Our management, including our Chief Executive Officer and Chief Financial Officer, does not expect that our disclosure controls and procedures or our internal controls over financial reporting will prevent all error and all fraud. A control system, no matter how well conceived and operated, can provide only reasonable, not absolute, assurance that the objectives of the control system are met. Further, the design of a control system must reflect the fact that there are resource constraints and the benefits of controls must be considered relative to their costs. Because of the inherent limitations in all control systems, no evaluation of controls can provide absolute assurance that all control issues and instances of fraud, if any, within Immersion have been detected.
Management’s Annual Report on Internal Control over Financial Reporting
Our management is responsible for establishing and maintaining adequate internal control over financial reporting (as defined in Rule 13a-15(f) under the Exchange Act). Internal control over financial reporting is a process designed by, or under the supervision of, our Chief Executive Officer and our Chief Financial Officer and affected by our board of directors and management to provide reasonable assurance regarding the reliability of financial reporting and the preparation of financial statements for external purposes in accordance with GAAP. Our management assessed the effectiveness of our internal control over financial reporting as of December 31, 2016. Management’s assessment of internal control over financial reporting was conducted using the criteria in Internal Control — Integrated Framework (2013) issued by the Committee of Sponsoring Organizations of the Treadway Commission (“COSO”). In performing the assessment, our management concluded that, as of December 31, 2016, our internal control over financial reporting is effective based on these criteria.

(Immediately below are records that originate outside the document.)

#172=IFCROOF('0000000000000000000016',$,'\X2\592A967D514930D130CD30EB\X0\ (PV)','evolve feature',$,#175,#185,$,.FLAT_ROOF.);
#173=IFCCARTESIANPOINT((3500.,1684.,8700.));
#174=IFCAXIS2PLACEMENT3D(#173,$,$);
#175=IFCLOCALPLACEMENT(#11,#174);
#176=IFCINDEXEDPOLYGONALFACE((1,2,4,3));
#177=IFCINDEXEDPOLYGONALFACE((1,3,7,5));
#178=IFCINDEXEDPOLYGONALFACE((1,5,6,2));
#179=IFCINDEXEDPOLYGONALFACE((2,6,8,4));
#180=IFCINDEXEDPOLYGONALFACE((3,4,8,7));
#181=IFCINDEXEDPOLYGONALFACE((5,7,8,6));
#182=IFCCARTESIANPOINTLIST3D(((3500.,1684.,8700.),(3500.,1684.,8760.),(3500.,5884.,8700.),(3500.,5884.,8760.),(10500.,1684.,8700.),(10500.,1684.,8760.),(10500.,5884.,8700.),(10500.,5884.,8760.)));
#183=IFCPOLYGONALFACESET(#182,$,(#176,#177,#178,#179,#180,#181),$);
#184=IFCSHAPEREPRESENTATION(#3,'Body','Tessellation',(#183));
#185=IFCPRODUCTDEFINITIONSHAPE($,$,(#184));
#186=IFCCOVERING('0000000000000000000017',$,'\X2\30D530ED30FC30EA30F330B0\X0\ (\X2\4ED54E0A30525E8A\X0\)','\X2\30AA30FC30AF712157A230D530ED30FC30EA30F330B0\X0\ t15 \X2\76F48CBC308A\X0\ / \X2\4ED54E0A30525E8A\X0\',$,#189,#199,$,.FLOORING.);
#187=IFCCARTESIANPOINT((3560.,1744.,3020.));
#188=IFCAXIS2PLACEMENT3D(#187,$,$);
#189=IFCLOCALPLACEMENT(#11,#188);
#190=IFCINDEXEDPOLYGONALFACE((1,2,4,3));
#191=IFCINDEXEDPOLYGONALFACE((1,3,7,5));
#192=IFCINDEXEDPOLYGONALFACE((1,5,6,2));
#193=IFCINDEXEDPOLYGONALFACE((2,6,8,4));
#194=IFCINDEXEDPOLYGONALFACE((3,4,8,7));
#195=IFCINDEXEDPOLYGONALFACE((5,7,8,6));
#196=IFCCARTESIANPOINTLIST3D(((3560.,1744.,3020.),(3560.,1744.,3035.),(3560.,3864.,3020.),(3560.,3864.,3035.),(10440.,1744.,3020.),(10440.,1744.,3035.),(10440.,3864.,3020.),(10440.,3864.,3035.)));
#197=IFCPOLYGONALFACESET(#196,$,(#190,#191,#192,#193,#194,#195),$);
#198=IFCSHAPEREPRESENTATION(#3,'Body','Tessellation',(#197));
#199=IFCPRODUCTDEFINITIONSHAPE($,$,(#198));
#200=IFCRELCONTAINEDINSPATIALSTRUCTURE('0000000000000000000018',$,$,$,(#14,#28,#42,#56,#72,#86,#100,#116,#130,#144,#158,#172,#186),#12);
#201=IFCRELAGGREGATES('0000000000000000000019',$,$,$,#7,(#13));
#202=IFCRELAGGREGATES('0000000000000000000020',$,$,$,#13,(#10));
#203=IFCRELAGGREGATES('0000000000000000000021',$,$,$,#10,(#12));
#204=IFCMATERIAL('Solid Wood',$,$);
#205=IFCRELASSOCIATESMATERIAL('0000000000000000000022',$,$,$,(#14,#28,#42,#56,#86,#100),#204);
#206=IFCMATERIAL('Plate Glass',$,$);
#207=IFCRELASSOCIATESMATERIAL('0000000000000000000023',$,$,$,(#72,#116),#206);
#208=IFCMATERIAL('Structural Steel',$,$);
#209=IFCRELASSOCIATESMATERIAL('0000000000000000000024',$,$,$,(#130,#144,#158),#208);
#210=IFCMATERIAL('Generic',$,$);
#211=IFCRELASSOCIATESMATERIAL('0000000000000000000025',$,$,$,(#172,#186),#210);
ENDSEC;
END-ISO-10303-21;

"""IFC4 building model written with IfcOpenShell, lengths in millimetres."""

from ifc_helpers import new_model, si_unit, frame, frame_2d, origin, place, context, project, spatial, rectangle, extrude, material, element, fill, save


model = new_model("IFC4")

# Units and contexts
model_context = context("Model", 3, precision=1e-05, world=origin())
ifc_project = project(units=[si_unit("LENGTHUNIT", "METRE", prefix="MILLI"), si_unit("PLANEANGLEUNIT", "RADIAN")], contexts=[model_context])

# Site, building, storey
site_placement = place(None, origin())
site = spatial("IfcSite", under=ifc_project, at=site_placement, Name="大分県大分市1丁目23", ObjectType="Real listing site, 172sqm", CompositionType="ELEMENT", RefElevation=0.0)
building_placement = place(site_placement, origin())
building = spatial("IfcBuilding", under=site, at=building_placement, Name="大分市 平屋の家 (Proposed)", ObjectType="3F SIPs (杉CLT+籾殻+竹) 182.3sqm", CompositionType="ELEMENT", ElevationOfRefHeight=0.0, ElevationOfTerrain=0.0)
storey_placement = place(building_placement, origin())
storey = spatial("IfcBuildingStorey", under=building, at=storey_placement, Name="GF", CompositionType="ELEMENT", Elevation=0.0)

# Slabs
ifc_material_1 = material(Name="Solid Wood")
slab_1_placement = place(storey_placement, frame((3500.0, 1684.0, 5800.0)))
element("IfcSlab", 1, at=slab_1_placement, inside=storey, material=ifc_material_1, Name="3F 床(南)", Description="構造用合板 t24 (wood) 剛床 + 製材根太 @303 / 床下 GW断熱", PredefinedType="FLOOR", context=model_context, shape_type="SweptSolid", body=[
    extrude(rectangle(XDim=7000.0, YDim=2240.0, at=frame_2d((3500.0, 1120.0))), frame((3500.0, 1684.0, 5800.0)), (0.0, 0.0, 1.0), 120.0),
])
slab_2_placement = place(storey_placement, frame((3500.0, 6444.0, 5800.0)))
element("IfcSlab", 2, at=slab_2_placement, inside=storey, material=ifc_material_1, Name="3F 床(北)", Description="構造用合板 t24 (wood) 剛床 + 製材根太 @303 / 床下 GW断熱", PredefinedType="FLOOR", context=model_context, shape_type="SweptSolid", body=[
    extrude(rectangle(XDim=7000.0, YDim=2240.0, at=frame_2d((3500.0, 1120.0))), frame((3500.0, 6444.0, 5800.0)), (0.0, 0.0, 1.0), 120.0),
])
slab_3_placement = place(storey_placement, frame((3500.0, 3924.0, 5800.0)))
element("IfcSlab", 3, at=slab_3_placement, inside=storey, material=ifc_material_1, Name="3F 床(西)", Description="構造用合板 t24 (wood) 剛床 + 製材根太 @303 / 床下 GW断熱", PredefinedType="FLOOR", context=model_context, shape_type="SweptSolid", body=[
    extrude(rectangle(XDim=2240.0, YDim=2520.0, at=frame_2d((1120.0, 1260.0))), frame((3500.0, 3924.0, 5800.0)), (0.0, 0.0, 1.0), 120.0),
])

Deloitte and Touche LLP, the independent registered public accounting firm that audited our financial statements included in this Annual Report on Form 10-K, has issued an attestation report on our internal control over financial reporting, which is included herein.
Changes in internal control over financial reporting
There were no changes in our internal control over financial reporting during the three months ended December 31, 2016 that have materially affected or are reasonably likely to materially affect, our internal control over financial reporting.
Item 9B.  Other Information
None.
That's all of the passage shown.